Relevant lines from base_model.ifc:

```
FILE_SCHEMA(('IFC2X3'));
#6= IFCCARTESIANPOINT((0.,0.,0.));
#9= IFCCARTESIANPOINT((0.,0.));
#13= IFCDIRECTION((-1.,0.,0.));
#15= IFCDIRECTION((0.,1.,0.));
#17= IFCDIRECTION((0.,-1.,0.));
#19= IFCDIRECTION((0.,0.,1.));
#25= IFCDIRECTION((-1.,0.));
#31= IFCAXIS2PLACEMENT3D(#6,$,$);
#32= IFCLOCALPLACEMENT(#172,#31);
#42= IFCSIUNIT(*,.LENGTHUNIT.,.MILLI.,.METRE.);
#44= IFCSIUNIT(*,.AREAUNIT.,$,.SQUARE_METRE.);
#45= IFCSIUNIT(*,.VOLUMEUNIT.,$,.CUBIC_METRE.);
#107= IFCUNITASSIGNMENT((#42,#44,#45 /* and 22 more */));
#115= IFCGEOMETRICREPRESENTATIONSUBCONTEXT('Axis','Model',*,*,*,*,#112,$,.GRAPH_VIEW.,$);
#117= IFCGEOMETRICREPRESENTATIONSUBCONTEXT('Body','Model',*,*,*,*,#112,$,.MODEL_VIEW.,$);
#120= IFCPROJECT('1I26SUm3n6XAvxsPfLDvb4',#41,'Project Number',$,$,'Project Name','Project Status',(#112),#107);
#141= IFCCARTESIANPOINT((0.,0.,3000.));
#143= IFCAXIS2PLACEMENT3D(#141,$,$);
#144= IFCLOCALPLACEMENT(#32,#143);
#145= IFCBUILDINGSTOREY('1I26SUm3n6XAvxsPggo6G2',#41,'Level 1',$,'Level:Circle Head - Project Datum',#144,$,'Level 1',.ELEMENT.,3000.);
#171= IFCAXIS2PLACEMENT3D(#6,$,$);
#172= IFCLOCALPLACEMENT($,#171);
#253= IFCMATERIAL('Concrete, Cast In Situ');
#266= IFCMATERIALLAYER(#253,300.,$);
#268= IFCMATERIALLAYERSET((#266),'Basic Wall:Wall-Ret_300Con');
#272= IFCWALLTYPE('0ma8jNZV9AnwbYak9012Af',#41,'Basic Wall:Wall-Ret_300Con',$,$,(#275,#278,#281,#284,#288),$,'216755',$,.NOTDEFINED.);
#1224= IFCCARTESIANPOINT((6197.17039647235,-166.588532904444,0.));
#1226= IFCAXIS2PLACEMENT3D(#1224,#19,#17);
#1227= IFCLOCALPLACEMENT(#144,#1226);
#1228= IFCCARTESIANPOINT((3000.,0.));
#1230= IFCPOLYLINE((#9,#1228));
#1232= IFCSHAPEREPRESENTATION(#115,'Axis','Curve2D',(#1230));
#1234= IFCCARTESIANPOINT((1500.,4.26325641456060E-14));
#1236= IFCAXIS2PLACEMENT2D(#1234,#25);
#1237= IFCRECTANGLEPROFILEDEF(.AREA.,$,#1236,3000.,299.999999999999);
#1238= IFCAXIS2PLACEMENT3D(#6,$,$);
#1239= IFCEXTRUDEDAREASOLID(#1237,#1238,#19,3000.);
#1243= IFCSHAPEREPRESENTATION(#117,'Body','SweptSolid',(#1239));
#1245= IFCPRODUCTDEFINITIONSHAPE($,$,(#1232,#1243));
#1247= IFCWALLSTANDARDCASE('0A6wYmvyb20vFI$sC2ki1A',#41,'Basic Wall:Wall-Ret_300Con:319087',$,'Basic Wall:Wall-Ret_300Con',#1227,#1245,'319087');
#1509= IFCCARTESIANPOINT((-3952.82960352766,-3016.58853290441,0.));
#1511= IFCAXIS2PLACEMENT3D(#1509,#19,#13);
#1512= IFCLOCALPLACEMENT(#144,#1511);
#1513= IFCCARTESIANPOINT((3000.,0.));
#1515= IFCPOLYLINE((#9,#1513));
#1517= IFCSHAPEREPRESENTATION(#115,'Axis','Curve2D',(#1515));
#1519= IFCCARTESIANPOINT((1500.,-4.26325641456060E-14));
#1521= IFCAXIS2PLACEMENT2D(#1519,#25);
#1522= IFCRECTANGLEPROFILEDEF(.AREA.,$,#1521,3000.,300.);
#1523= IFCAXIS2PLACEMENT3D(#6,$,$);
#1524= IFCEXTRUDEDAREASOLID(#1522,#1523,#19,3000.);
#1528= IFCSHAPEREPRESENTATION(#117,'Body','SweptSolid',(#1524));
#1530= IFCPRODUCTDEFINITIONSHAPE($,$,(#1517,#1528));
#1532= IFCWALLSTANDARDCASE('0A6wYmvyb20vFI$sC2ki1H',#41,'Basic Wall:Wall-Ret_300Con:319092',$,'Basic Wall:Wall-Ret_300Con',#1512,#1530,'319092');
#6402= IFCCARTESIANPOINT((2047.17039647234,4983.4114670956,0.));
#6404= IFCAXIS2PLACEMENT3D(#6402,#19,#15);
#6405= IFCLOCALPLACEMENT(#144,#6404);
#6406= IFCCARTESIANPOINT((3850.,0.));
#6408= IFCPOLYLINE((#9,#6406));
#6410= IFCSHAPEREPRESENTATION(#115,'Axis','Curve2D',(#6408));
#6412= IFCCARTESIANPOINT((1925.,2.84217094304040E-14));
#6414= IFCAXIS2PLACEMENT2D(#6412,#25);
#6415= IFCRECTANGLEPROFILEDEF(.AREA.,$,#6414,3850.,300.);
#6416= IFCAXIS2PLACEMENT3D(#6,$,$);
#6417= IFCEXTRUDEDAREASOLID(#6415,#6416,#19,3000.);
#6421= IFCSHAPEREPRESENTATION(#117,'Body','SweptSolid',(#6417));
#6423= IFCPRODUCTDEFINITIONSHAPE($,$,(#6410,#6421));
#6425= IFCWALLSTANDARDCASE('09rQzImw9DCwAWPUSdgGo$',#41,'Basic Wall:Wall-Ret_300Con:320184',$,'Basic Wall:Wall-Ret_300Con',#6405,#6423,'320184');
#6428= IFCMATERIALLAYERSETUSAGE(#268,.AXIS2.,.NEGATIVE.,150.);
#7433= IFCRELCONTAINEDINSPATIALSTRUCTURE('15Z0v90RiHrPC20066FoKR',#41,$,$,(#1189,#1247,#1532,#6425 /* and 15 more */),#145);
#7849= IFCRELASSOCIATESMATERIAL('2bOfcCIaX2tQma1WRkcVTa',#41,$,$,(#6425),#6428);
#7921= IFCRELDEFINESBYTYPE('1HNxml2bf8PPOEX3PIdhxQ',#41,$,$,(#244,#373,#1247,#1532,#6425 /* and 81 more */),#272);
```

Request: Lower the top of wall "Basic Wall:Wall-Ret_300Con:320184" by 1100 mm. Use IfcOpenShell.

```python
import ifcopenshell
import ifcopenshell.geom
import ifcopenshell.util.representation
import ifcopenshell.util.shape
import ifcopenshell.util.unit

model = ifcopenshell.open("base_model.ifc")
unit_scale = ifcopenshell.util.unit.calculate_unit_scale(model)
settings = ifcopenshell.geom.settings()


def volume(element):
    """Net volume in cubic metres, openings subtracted."""
    shape = ifcopenshell.geom.create_shape(settings, element)
    return ifcopenshell.util.shape.get_volume(shape.geometry)


wall = model.by_id(6425)
before = volume(wall)

body = ifcopenshell.util.representation.get_representation(wall, "Model", "Body")
solid = body.Items[0]
old_height = solid.Depth
solid.Depth -= 1.1 / unit_scale
after = volume(wall)

print(f"height {old_height:g} -> {solid.Depth:g}, volume {before:.3f} -> {after:.3f} m3")

model.write("base_model_rev.ifc")
```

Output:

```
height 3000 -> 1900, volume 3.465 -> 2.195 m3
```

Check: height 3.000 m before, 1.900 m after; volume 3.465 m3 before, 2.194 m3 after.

----------

#### Exercise directions
A word-for-word copy of the listing is the expected answer.

#### Solution
Relevant lines from base_model.ifc:

```
FILE_SCHEMA(('IFC2X3'));
#6= IFCCARTESIANPOINT((0.,0.,0.));
#9= IFCCARTESIANPOINT((0.,0.));
#13= IFCDIRECTION((-1.,0.,0.));
#15= IFCDIRECTION((0.,1.,0.));
#17= IFCDIRECTION((0.,-1.,0.));
#19= IFCDIRECTION((0.,0.,1.));
#25= IFCDIRECTION((-1.,0.));
#31= IFCAXIS2PLACEMENT3D(#6,$,$);
#32= IFCLOCALPLACEMENT(#172,#31);
#42= IFCSIUNIT(*,.LENGTHUNIT.,.MILLI.,.METRE.);
#44= IFCSIUNIT(*,.AREAUNIT.,$,.SQUARE_METRE.);
#45= IFCSIUNIT(*,.VOLUMEUNIT.,$,.CUBIC_METRE.);
#107= IFCUNITASSIGNMENT((#42,#44,#45 /* and 22 more */));
#115= IFCGEOMETRICREPRESENTATIONSUBCONTEXT('Axis','Model',*,*,*,*,#112,$,.GRAPH_VIEW.,$);
#117= IFCGEOMETRICREPRESENTATIONSUBCONTEXT('Body','Model',*,*,*,*,#112,$,.MODEL_VIEW.,$);
#120= IFCPROJECT('1I26SUm3n6XAvxsPfLDvb4',#41,'Project Number',$,$,'Project Name','Project Status',(#112),#107);
#141= IFCCARTESIANPOINT((0.,0.,3000.));
#143= IFCAXIS2PLACEMENT3D(#141,$,$);
#144= IFCLOCALPLACEMENT(#32,#143);
#145= IFCBUILDINGSTOREY('1I26SUm3n6XAvxsPggo6G2',#41,'Level 1',$,'Level:Circle Head - Project Datum',#144,$,'Level 1',.ELEMENT.,3000.);
#171= IFCAXIS2PLACEMENT3D(#6,$,$);
#172= IFCLOCALPLACEMENT($,#171);
#253= IFCMATERIAL('Concrete, Cast In Situ');
#266= IFCMATERIALLAYER(#253,300.,$);
#268= IFCMATERIALLAYERSET((#266),'Basic Wall:Wall-Ret_300Con');
#272= IFCWALLTYPE('0ma8jNZV9AnwbYak9012Af',#41,'Basic Wall:Wall-Ret_300Con',$,$,(#275,#278,#281,#284,#288),$,'216755',$,.NOTDEFINED.);
#1224= IFCCARTESIANPOINT((6197.17039647235,-166.588532904444,0.));
#1226= IFCAXIS2PLACEMENT3D(#1224,#19,#17);
#1227= IFCLOCALPLACEMENT(#144,#1226);
#1228= IFCCARTESIANPOINT((3000.,0.));
#1230= IFCPOLYLINE((#9,#1228));
#1232= IFCSHAPEREPRESENTATION(#115,'Axis','Curve2D',(#1230));
#1234= IFCCARTESIANPOINT((1500.,4.26325641456060E-14));
#1236= IFCAXIS2PLACEMENT2D(#1234,#25);
#1237= IFCRECTANGLEPROFILEDEF(.AREA.,$,#1236,3000.,299.999999999999);
#1238= IFCAXIS2PLACEMENT3D(#6,$,$);
#1239= IFCEXTRUDEDAREASOLID(#1237,#1238,#19,3000.);
#1243= IFCSHAPEREPRESENTATION(#117,'Body','SweptSolid',(#1239));
#1245= IFCPRODUCTDEFINITIONSHAPE($,$,(#1232,#1243));
#1247= IFCWALLSTANDARDCASE('0A6wYmvyb20vFI$sC2ki1A',#41,'Basic Wall:Wall-Ret_300Con:319087',$,'Basic Wall:Wall-Ret_300Con',#1227,#1245,'319087');
#1509= IFCCARTESIANPOINT((-3952.82960352766,-3016.58853290441,0.));
#1511= IFCAXIS2PLACEMENT3D(#1509,#19,#13);
#1512= IFCLOCALPLACEMENT(#144,#1511);
#1513= IFCCARTESIANPOINT((3000.,0.));
#1515= IFCPOLYLINE((#9,#1513));
#1517= IFCSHAPEREPRESENTATION(#115,'Axis','Curve2D',(#1515));
#1519= IFCCARTESIANPOINT((1500.,-4.26325641456060E-14));
#1521= IFCAXIS2PLACEMENT2D(#1519,#25);
#1522= IFCRECTANGLEPROFILEDEF(.AREA.,$,#1521,3000.,300.);
#1523= IFCAXIS2PLACEMENT3D(#6,$,$);
#1524= IFCEXTRUDEDAREASOLID(#1522,#1523,#19,3000.);
#1528= IFCSHAPEREPRESENTATION(#117,'Body','SweptSolid',(#1524));
#1530= IFCPRODUCTDEFINITIONSHAPE($,$,(#1517,#1528));
#1532= IFCWALLSTANDARDCASE('0A6wYmvyb20vFI$sC2ki1H',#41,'Basic Wall:Wall-Ret_300Con:319092',$,'Basic Wall:Wall-Ret_300Con',#1512,#1530,'319092');
#6402= IFCCARTESIANPOINT((2047.17039647234,4983.4114670956,0.));
#6404= IFCAXIS2PLACEMENT3D(#6402,#19,#15);
#6405= IFCLOCALPLACEMENT(#144,#6404);
#6406= IFCCARTESIANPOINT((3850.,0.));
#6408= IFCPOLYLINE((#9,#6406));
#6410= IFCSHAPEREPRESENTATION(#115,'Axis','Curve2D',(#6408));
#6412= IFCCARTESIANPOINT((1925.,2.84217094304040E-14));
#6414= IFCAXIS2PLACEMENT2D(#6412,#25);
#6415= IFCRECTANGLEPROFILEDEF(.AREA.,$,#6414,3850.,300.);
#6416= IFCAXIS2PLACEMENT3D(#6,$,$);
#6417= IFCEXTRUDEDAREASOLID(#6415,#6416,#19,3000.);
#6421= IFCSHAPEREPRESENTATION(#117,'Body','SweptSolid',(#6417));
#6423= IFCPRODUCTDEFINITIONSHAPE($,$,(#6410,#6421));
#6425= IFCWALLSTANDARDCASE('09rQzImw9DCwAWPUSdgGo$',#41,'Basic Wall:Wall-Ret_300Con:320184',$,'Basic Wall:Wall-Ret_300Con',#6405,#6423,'320184');
#6428= IFCMATERIALLAYERSETUSAGE(#268,.AXIS2.,.NEGATIVE.,150.);
#7433= IFCRELCONTAINEDINSPATIALSTRUCTURE('15Z0v90RiHrPC20066FoKR',#41,$,$,(#1189,#1247,#1532,#6425 /* and 15 more */),#145);
#7849= IFCRELASSOCIATESMATERIAL('2bOfcCIaX2tQma1WRkcVTa',#41,$,$,(#6425),#6428);
#7921= IFCRELDEFINESBYTYPE('1HNxml2bf8PPOEX3PIdhxQ',#41,$,$,(#244,#373,#1247,#1532,#6425 /* and 81 more */),#272);
```

Request: Lower the top of wall "Basic Wall:Wall-Ret_300Con:320184" by 1100 mm. Use IfcOpenShell.

```python
import ifcopenshell
import ifcopenshell.geom
import ifcopenshell.util.representation
import ifcopenshell.util.shape
import ifcopenshell.util.unit

model = ifcopenshell.open("base_model.ifc")
unit_scale = ifcopenshell.util.unit.calculate_unit_scale(model)
settings = ifcopenshell.geom.settings()


def volume(element):
    """Net volume in cubic metres, openings subtracted."""
    shape = ifcopenshell.geom.create_shape(settings, element)
    return ifcopenshell.util.shape.get_volume(shape.geometry)


wall = model.by_id(6425)
before = volume(wall)

body = ifcopenshell.util.representation.get_representation(wall, "Model", "Body")
solid = body.Items[0]
old_height = solid.Depth
solid.Depth -= 1.1 / unit_scale
after = volume(wall)

print(f"height {old_height:g} -> {solid.Depth:g}, volume {before:.3f} -> {after:.3f} m3")

model.write("base_model_rev.ifc")
```

Output:

```
height 3000 -> 1900, volume 3.465 -> 2.195 m3
```

Check: height 3.000 m before, 1.900 m after; volume 3.465 m3 before, 2.194 m3 after.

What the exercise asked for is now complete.